Stored items
------
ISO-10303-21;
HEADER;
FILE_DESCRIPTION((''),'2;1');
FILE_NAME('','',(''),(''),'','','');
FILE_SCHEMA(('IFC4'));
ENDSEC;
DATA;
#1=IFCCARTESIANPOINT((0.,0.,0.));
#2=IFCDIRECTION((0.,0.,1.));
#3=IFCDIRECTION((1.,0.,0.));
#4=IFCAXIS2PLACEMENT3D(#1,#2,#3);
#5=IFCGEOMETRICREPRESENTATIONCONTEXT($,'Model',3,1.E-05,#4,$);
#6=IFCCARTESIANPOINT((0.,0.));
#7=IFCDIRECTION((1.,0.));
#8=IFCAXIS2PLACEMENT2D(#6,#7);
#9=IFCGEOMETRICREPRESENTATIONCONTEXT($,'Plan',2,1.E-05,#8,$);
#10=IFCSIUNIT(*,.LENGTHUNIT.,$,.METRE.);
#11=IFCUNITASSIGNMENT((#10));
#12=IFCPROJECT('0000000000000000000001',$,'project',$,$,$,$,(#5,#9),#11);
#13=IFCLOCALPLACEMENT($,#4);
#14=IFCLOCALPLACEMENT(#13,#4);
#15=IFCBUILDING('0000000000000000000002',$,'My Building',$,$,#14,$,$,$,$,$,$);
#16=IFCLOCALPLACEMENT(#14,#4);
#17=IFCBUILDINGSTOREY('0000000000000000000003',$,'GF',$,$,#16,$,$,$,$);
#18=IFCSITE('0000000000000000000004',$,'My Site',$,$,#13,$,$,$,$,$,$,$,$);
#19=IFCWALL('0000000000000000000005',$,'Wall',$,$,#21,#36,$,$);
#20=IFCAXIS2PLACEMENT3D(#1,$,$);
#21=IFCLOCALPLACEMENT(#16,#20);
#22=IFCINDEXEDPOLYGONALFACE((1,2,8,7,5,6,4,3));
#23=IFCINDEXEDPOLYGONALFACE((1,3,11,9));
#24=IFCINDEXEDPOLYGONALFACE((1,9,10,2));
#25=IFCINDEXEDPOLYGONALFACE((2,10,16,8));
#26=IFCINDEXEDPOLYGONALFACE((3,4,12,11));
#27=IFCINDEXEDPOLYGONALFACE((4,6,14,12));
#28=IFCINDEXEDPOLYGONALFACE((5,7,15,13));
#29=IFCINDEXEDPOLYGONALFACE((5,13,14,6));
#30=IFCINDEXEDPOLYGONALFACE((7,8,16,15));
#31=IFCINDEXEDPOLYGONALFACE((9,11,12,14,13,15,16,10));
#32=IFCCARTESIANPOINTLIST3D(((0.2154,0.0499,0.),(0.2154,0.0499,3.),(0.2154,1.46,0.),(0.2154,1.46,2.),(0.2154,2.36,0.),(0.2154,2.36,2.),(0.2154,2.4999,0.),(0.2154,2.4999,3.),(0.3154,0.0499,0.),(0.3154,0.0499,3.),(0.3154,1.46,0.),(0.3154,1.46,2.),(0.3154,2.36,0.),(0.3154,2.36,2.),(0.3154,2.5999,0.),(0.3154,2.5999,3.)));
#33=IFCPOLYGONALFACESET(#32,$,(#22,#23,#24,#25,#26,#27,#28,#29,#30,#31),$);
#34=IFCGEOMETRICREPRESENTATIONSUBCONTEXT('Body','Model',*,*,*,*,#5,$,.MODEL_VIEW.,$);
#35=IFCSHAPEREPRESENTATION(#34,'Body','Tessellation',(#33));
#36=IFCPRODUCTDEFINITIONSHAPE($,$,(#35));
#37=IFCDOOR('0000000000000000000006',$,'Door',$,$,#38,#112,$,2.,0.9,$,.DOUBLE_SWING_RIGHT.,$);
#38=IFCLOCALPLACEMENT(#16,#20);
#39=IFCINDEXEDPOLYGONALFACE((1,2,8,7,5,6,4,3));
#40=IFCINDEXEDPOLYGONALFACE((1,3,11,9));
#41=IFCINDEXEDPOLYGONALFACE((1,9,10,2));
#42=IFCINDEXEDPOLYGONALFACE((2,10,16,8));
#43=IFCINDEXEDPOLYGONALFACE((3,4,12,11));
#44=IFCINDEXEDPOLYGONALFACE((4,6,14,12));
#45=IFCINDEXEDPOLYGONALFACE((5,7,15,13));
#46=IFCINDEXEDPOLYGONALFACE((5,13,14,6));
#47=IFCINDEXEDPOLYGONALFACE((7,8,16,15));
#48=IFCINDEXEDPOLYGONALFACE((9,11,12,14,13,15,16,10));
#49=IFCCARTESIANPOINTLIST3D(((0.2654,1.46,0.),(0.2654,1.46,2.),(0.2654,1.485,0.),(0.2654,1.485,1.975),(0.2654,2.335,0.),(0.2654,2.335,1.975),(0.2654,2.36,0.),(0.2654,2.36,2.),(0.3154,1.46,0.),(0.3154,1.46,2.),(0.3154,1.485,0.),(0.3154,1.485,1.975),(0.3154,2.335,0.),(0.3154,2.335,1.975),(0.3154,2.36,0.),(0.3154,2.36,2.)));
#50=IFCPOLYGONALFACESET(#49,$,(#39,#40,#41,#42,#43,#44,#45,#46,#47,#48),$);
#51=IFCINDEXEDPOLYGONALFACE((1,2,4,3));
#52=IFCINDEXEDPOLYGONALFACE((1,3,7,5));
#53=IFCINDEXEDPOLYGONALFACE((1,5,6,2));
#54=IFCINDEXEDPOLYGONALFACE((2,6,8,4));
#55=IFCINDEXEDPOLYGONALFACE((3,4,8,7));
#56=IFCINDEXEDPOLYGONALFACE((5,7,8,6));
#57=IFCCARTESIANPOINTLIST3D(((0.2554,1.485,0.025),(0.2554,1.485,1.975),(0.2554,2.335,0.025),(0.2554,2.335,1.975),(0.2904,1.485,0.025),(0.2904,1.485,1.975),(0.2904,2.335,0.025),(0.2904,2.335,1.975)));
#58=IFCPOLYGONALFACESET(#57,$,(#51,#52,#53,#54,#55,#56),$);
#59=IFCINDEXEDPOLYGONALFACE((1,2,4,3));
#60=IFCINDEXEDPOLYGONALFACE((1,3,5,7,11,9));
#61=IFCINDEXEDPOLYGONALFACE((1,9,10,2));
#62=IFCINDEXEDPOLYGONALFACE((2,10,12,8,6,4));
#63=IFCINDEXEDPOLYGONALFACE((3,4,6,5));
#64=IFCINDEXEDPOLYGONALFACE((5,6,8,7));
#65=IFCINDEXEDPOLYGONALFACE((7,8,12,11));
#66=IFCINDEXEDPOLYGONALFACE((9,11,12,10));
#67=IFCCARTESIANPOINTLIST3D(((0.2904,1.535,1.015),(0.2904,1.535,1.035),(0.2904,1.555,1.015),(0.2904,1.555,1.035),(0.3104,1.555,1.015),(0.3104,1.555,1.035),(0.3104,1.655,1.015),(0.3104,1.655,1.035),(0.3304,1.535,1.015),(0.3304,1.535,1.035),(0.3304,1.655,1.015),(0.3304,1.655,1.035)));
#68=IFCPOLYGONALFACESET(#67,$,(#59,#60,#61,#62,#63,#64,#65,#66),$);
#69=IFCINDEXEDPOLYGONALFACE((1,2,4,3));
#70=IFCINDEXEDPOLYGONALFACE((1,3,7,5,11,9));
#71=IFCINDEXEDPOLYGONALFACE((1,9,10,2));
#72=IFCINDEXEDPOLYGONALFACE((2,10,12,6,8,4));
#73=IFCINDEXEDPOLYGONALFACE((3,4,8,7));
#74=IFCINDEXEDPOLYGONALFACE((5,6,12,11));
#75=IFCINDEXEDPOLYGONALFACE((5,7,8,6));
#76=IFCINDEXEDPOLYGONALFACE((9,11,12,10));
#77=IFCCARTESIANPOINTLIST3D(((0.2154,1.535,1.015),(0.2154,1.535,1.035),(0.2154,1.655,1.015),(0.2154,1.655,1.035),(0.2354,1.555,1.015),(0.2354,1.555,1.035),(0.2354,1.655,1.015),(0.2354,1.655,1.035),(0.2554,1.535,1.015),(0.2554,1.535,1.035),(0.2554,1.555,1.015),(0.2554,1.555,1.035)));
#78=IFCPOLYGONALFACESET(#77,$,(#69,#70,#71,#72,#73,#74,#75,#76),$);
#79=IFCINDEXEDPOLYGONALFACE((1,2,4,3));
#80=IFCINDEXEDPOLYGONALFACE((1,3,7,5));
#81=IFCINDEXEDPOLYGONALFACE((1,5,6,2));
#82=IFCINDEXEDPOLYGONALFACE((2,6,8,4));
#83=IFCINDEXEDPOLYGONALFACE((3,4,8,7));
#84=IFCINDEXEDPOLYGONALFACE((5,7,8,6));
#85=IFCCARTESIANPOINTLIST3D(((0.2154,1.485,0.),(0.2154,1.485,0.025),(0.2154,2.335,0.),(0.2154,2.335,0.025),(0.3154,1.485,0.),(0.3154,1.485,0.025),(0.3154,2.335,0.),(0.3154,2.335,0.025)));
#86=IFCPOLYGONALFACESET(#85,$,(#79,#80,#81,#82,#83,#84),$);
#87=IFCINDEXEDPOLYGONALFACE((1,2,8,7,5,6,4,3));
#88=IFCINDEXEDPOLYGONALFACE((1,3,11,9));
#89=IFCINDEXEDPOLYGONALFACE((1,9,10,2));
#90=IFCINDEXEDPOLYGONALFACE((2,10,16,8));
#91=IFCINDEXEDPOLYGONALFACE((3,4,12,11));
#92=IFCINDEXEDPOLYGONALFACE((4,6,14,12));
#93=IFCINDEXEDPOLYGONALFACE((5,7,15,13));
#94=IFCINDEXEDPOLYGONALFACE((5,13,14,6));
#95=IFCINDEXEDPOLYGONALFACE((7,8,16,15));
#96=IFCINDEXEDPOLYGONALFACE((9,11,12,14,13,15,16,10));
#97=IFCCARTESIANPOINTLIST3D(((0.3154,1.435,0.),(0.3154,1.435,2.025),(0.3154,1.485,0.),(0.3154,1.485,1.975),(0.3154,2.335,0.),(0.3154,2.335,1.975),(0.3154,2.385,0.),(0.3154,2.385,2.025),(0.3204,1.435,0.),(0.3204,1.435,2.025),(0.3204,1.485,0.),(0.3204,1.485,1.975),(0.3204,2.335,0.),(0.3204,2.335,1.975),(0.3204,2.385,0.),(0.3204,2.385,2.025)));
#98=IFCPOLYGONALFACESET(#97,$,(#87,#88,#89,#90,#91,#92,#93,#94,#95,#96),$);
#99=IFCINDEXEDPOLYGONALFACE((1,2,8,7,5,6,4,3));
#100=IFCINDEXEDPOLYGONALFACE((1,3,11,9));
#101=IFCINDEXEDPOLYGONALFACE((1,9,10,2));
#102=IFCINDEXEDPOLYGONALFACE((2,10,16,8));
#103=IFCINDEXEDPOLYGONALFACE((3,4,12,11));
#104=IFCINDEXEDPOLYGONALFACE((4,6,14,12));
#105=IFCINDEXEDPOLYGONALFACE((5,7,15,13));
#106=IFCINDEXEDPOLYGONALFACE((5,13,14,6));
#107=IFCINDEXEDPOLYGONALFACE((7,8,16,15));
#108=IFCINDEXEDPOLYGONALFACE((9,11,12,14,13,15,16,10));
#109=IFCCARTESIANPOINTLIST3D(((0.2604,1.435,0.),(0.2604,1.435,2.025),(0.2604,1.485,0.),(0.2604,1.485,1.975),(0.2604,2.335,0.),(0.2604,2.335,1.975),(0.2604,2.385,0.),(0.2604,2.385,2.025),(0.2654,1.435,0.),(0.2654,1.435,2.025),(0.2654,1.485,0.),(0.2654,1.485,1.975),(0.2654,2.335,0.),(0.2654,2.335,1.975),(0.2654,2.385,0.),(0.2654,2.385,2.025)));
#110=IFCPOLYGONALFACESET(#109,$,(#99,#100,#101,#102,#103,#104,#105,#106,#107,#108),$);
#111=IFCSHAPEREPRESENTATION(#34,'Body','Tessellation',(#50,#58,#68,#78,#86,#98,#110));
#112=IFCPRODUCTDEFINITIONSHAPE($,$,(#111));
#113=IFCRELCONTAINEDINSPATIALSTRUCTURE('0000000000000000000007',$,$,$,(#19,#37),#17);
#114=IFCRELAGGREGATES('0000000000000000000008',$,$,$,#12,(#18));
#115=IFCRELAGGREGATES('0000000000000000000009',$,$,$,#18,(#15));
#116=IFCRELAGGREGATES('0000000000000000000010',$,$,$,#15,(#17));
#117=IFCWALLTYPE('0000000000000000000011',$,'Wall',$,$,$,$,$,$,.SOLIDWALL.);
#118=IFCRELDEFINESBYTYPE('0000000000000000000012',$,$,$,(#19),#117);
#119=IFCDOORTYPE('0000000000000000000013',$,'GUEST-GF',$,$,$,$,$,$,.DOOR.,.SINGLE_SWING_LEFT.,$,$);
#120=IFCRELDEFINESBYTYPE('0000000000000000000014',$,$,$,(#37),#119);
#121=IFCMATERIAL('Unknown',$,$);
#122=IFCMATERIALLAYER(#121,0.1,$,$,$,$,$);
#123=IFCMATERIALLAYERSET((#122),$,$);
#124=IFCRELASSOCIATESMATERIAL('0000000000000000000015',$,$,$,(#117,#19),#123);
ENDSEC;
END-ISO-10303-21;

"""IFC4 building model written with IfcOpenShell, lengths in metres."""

from ifc_helpers import new_model, entity, si_unit, frame, origin_with_axes, origin_2d_with_axis, place, context, subcontext, project, spatial, line, indexed_curve, outline, extrude, shape, source, transform, mapped, material, layer, layer_set, layer_usage, type_object, type_shapes, element, fill, save


model = new_model("IFC4")

# Units and contexts
model_context = context("Model", 3, precision=1e-05, world=origin_with_axes())
plan_context = context("Plan", 2, precision=1e-05, world=origin_2d_with_axis())
body_context_1 = subcontext(model_context, "Body", "Model", "MODEL_VIEW")
body_context_2 = subcontext(plan_context, "Body", "Plan", "PLAN_VIEW")
ifc_project = project(units=[si_unit("LENGTHUNIT", "METRE")], contexts=[model_context, plan_context])

# Site, building, storey
site_placement = place(None, origin_with_axes())
site = spatial("IfcSite", under=ifc_project, at=site_placement, Name="My Site")
building_placement = place(site_placement, origin_with_axes())
building = spatial("IfcBuilding", under=site, at=building_placement, Name="My Building")
storey_placement = place(building_placement, origin_with_axes())
storey = spatial("IfcBuildingStorey", under=building, at=storey_placement, Name="GF")

# Shared definitions
ifc_material = material(Name="Unknown")

# Shared definitions
ifc_layer_1 = layer(ifc_material, 0.1)
ifc_layer_set_1 = layer_set([ifc_layer_1])
wall_type = type_object("IfcWallType", Name="Wall", PredefinedType="SOLIDWALL", material=ifc_layer_set_1)

# Wall, opening, door
ifc_layer_usage_1 = layer_usage(ifc_layer_set_1, "AXIS2", "POSITIVE", 0.0)
wall_1_placement = place(storey_placement, frame((0.3154, 0.0499, 0.0), z_axis=(0.0, 0.0, 1.0), x_axis=(0.0, 1.0, 0.0)))
wall_1 = element("IfcWall", 1, at=wall_1_placement, inside=storey, type_object=wall_type, material=ifc_layer_usage_1, Name="Wall", context=body_context_1, shape_type="SweptSolid", body=[
    extrude(outline(indexed_curve([(0.0, 0.0), (0.0, 0.1), (2.45, 0.1), (2.55, 0.0)], segments=[line(1, 2, 3, 4, 1)])), origin_with_axes(), (0.0, 0.0, 1.0), 3.0),
])
shared_shape_1 = source(origin_with_axes(), body_context_1, "Body", "SweptSolid", [
    extrude(outline(indexed_curve([(0.0, 0.0), (0.9, 0.0), (0.9, 2.0), (0.0, 2.0)], segments=[line(1, 2, 3, 4, 1)])), frame((0.0, -0.6, 0.0), z_axis=(0.0, -1.0, 0.0), x_axis=(1.0, 0.0, 0.0)), (0.0, 0.0, -1.0), 1.2),
])
opening_1_placement = place(wall_1_placement, frame((1.4101, 0.0, 0.0), z_axis=(0.0, 0.0, 1.0), x_axis=(1.0, 0.0, 0.0)))
opening_1 = element("IfcOpeningElement", 2, at=opening_1_placement, cuts=wall_1, PredefinedType="OPENING", context=body_context_1, shape_type="MappedRepresentation", body=[
    mapped(shared_shape_1, transform((0.0, 0.0, 0.0), x_axis=(1.0, 0.0, 0.0), y_axis=(0.0, 1.0, 0.0), z_axis=(0.0, 0.0, 1.0), scale=1.0)),
])
door_type_1 = type_object("IfcDoorType", Name="GUEST-GF", OperationType="SINGLE_SWING_LEFT", PredefinedType="DOOR")
shared_shape_2 = source(origin_with_axes(), body_context_1, "Body", "SweptSolid", [
    extrude(outline(indexed_curve([(0.0, 0.0), (0.0, 2.0), (0.9, 2.0), (0.9, 0.0), (0.875, 0.0), (0.875, 1.975), (0.025, 1.975), (0.025, 0.0)], segments=[line(1, 2, 3, 4, 5, 6, 7, 8, 1)])), frame((0.0, 0.0, 0.0), z_axis=(0.0, -1.0, 0.0), x_axis=(1.0, 0.0, 0.0)), (0.0, 0.0, -1.0), 0.05),
    extrude(outline(indexed_curve([(0.0, 0.0), (0.85, 0.0), (0.85, 0.035), (0.0, 0.035)], segments=[line(1, 2, 3, 4, 1)])), frame((0.025, 0.025, 0.025), z_axis=(0.0, 0.0, 1.0), x_axis=(1.0, 0.0, 0.0)), (0.0, 0.0, 1.0), 1.95),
------
• What to produce:
Which lines of the records above contain the word "IFCPOLYGONALFACESET"? Show each of them.

• Exercise answer:
#33=IFCPOLYGONALFACESET(#32,$,(#22,#23,#24,#25,#26,#27,#28,#29,#30,#31),$);
#50=IFCPOLYGONALFACESET(#49,$,(#39,#40,#41,#42,#43,#44,#45,#46,#47,#48),$);
#58=IFCPOLYGONALFACESET(#57,$,(#51,#52,#53,#54,#55,#56),$);
#68=IFCPOLYGONALFACESET(#67,$,(#59,#60,#61,#62,#63,#64,#65,#66),$);
#78=IFCPOLYGONALFACESET(#77,$,(#69,#70,#71,#72,#73,#74,#75,#76),$);
#86=IFCPOLYGONALFACESET(#85,$,(#79,#80,#81,#82,#83,#84),$);
#98=IFCPOLYGONALFACESET(#97,$,(#87,#88,#89,#90,#91,#92,#93,#94,#95,#96),$);
#110=IFCPOLYGONALFACESET(#109,$,(#99,#100,#101,#102,#103,#104,#105,#106,#107,#108),$);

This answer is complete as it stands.